The Sustaining the Tweed’s Flying-fox Forests project has now restored four hectares of suitable habitat with the final two hectares due to be completed by September.

Tweed Council is working alongside private property owners to restore 6ha of habitat to help protect the threatened grey-headed flying-fox. Image: Tweed Council

The project began in October last year to restore high-conservation value foraging habitat for the grey-headed flying-fox on six private properties at Tomewin, Urliup and Numinbah.

Michael Corke, a biodiversity project officer from Tweed Council, said it was critical to ensure the survival of the grey-headed flying-fox which has been declared a threatened species.

‘We are fortunate that the Tweed is home to the grey-headed flying fox but it is crucial we ensure this vulnerable species is not lost to the area,’ Mr Corke said.

‘It is responsible for the pollination of numerous native trees, with its preferred food including the nectar and pollen of eucalypts, banksias and melaleucas as well as the fruits of more than 50 native rainforest trees and vines.

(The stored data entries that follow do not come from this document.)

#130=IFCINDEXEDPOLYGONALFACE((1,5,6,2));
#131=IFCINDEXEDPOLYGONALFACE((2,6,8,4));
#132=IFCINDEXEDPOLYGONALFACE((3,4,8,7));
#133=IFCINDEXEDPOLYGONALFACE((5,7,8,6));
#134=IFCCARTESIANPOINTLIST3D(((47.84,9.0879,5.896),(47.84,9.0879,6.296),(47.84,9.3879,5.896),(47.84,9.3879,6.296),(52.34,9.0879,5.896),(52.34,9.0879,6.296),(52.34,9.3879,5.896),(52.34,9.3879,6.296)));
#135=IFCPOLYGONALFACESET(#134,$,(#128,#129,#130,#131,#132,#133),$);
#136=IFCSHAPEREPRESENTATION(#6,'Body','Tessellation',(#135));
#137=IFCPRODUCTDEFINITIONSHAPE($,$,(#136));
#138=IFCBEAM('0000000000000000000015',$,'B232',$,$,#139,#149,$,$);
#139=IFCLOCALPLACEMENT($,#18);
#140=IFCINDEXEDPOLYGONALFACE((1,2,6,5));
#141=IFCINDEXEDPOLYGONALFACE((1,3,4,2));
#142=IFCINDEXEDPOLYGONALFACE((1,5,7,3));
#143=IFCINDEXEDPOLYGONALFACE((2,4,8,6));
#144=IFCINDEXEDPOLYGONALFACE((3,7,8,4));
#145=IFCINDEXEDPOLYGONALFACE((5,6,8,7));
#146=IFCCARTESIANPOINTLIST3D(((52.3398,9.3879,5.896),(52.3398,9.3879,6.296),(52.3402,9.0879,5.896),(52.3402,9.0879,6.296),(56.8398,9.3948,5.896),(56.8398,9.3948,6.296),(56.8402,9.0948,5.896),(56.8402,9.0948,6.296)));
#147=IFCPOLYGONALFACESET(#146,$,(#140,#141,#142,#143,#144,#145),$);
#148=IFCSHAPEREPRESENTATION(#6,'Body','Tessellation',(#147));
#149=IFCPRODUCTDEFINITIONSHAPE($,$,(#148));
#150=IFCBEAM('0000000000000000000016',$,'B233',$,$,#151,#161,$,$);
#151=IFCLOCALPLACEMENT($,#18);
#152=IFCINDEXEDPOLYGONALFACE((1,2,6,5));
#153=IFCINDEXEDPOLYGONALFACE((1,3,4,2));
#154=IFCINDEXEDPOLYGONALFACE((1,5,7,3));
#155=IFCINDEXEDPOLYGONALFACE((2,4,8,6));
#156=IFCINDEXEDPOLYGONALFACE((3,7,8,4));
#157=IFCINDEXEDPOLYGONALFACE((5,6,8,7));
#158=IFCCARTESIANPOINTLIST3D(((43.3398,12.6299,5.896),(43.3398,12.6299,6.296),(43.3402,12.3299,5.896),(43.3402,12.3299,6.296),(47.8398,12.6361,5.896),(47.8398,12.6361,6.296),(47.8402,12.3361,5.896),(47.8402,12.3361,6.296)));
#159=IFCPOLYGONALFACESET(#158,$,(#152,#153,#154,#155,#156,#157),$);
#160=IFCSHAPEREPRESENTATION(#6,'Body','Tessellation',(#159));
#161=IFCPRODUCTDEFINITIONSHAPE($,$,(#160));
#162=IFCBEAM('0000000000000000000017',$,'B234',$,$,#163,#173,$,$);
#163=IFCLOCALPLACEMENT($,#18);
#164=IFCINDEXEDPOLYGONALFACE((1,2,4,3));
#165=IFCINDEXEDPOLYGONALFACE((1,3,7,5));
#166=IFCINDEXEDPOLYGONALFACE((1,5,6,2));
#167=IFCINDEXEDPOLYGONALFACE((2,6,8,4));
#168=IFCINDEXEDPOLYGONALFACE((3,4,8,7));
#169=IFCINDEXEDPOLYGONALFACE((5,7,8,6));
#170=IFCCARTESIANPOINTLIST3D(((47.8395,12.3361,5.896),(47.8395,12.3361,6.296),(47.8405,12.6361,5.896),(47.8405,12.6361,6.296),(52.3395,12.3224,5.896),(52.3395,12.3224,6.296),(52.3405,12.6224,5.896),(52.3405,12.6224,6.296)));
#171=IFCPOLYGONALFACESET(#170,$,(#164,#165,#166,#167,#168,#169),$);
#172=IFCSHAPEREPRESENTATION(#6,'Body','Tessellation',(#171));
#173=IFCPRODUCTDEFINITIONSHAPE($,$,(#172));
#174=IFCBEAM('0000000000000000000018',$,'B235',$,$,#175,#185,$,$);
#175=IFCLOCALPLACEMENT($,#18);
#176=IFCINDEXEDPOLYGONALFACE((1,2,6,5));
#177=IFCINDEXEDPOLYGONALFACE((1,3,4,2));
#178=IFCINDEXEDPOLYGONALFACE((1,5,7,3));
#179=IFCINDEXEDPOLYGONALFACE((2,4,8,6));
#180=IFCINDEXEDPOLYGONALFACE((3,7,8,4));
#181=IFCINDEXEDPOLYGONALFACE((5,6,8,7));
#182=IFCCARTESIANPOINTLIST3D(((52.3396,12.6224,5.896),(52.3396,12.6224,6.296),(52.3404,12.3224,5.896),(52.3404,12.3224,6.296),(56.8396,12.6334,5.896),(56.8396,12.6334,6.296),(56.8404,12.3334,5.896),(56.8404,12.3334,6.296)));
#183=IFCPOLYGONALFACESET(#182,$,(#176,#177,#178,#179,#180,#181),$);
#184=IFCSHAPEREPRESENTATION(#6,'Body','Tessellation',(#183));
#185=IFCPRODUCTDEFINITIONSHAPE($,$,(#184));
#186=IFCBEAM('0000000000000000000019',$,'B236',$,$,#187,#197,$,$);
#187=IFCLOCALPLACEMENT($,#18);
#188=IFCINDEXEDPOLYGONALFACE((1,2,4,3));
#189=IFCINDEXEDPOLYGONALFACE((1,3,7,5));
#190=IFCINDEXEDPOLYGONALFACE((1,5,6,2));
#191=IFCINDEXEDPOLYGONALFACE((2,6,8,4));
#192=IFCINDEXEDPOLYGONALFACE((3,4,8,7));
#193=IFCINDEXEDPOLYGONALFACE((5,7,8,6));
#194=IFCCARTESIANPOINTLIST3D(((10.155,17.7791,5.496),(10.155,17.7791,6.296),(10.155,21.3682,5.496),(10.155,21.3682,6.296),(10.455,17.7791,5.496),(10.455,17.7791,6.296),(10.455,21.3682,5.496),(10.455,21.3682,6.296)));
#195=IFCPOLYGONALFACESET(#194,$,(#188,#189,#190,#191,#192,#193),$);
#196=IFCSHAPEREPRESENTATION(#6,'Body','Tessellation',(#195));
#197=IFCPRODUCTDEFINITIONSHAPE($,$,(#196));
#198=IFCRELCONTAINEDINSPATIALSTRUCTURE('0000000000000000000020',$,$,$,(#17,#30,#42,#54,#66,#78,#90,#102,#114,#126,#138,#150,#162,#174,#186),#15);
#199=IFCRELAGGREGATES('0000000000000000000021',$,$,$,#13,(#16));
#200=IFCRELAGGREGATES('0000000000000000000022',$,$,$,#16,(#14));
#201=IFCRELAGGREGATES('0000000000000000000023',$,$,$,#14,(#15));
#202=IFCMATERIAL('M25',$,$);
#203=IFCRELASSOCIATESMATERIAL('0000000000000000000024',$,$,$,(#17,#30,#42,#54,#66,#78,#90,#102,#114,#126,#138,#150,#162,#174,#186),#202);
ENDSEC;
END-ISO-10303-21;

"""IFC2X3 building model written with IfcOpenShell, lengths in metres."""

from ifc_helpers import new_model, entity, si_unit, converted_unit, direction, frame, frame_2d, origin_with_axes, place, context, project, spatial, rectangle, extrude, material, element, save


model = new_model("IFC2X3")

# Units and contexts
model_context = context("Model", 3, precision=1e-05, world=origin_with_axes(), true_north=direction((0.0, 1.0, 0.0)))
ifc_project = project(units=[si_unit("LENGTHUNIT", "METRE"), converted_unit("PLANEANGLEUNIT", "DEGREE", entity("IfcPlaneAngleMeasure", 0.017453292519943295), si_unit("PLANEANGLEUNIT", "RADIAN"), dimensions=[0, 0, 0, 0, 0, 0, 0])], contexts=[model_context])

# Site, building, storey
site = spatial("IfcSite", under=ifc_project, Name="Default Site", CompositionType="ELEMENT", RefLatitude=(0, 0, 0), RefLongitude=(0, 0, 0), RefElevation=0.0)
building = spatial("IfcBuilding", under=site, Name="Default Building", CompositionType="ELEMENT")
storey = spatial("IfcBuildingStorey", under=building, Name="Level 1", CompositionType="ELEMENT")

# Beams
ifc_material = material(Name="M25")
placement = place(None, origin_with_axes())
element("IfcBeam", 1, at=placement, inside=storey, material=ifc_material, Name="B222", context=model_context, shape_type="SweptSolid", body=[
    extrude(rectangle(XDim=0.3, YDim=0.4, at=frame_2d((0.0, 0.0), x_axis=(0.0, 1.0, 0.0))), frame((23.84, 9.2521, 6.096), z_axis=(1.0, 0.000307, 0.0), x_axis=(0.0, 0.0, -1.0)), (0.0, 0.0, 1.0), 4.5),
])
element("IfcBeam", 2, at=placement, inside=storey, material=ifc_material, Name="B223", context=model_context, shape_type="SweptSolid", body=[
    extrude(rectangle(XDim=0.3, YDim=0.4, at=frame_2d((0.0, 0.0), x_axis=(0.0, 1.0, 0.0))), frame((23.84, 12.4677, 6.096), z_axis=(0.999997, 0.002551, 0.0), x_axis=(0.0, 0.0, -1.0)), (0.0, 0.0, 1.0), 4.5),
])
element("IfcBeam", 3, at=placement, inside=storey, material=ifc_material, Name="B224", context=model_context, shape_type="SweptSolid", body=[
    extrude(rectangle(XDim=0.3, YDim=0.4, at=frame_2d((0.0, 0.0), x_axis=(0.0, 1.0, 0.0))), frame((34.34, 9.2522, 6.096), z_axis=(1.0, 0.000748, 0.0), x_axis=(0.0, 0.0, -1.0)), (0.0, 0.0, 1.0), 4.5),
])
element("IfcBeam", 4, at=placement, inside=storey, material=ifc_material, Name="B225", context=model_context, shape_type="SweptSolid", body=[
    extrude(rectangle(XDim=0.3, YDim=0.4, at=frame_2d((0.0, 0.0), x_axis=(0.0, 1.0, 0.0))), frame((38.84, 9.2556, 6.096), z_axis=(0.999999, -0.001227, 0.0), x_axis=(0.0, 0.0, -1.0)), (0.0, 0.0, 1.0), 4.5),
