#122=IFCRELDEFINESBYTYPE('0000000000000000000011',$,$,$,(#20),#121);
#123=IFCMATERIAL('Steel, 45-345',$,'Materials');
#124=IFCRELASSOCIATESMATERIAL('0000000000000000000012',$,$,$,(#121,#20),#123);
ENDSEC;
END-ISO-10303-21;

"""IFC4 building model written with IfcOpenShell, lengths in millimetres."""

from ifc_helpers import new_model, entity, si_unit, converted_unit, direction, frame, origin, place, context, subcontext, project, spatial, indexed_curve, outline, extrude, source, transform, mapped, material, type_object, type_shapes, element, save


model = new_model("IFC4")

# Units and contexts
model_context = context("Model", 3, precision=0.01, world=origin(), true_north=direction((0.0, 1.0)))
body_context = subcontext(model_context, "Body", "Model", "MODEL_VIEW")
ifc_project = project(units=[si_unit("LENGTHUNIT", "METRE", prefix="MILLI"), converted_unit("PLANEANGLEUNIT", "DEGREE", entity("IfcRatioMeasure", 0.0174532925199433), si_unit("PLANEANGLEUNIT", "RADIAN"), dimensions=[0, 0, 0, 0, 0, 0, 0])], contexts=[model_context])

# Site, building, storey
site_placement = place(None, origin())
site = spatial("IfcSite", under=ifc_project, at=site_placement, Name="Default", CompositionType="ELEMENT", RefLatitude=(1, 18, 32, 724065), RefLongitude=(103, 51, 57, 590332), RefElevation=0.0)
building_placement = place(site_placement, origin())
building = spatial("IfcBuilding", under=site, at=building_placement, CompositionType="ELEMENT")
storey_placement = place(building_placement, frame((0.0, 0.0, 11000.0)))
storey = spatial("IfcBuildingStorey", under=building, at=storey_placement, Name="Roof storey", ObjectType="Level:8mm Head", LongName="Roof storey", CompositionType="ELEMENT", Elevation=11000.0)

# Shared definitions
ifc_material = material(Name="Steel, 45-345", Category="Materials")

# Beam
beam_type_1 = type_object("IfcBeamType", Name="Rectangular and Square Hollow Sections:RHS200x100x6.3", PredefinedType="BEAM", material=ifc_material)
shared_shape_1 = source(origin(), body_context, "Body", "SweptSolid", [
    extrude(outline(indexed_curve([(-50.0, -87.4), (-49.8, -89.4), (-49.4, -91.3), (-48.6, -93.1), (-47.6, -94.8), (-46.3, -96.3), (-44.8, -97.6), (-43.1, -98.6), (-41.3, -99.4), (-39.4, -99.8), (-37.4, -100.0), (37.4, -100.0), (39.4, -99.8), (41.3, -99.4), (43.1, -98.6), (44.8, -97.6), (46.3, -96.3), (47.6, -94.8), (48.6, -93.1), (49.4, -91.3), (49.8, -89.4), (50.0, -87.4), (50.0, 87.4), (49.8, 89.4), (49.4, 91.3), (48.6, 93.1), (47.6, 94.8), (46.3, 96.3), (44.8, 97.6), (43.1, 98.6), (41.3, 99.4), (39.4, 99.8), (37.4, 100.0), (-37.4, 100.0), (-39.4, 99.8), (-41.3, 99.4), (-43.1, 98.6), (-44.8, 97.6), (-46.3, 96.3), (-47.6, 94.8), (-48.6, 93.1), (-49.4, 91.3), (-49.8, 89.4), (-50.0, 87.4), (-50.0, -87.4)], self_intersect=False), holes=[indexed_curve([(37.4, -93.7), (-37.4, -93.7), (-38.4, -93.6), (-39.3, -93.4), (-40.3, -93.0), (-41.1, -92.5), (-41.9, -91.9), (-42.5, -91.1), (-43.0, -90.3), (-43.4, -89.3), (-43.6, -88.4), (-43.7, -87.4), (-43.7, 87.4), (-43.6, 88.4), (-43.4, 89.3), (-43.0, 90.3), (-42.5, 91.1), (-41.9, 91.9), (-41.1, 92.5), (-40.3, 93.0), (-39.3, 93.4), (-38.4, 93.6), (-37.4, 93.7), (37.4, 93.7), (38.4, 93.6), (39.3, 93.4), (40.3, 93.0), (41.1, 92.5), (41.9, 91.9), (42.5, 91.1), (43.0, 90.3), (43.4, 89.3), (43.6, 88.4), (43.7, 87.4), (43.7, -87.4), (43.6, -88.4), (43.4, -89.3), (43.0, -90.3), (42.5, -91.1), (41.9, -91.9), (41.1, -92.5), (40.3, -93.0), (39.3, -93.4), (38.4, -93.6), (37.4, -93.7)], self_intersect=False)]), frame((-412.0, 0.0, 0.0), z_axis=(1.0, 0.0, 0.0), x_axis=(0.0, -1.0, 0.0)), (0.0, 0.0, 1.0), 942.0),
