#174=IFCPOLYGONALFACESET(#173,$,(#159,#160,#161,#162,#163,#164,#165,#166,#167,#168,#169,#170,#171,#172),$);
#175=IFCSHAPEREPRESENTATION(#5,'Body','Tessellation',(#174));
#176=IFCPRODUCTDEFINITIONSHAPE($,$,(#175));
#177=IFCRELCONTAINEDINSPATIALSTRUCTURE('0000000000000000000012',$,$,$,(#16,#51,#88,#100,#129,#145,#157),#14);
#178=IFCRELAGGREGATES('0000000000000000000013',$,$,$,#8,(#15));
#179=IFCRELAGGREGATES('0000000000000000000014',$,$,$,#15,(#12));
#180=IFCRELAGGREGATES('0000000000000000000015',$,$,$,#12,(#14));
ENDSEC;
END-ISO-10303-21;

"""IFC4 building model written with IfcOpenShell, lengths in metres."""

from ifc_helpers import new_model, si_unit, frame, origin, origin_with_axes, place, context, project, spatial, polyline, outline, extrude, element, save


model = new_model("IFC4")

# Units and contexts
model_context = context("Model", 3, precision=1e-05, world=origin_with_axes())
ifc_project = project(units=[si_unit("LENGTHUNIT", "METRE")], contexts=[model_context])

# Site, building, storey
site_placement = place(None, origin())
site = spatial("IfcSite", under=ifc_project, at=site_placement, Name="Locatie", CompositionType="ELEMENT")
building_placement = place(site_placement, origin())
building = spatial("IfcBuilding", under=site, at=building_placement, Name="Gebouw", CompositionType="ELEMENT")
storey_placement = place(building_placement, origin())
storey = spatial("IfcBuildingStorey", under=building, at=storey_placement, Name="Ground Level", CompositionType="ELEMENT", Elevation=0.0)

‘It’s Australia’s largest flying-fox, and plays a critical role in ensuring the health and survival of iconic ecosystems such as tall sclerophyll forests and lowland subtropical rainforests.

‘In a single night they can travel up to 100 km looking for food and spread up to 60,000 seeds. While we sleep, they create new forests by dispersing seeds from the fruit they eat.’

Restoration work as part of the project has consisted mainly of primary control of highly invasive woody and vine weeds.

‘In addition to the grey-headed flying-fox, restoration of the valuable habitat at our project sites supports a number of other animal species and threatened plants and they all benefit from this restoration,’ Mr Corke said.

‘Flying-foxes are threatened by a combination of factors, including a lack of suitable roosting and foraging habitat, climate-related extreme weather, climate-related food shortages, bushfire, misunderstanding, and poor urban planning of the past.

‘Full rehabilitation of sites will help ensure the survival of this iconic species and our unique forests. Landholders at each property are learning about best-practice ecological restoration techniques and a little about the ecology of the grey-headed flying fox.’

The project is funded by the Department of Agriculture, Water and the Environment as part of the Regional Bushfire Recovery for Multiregional Species and Strategic Projects Program grant opportunity.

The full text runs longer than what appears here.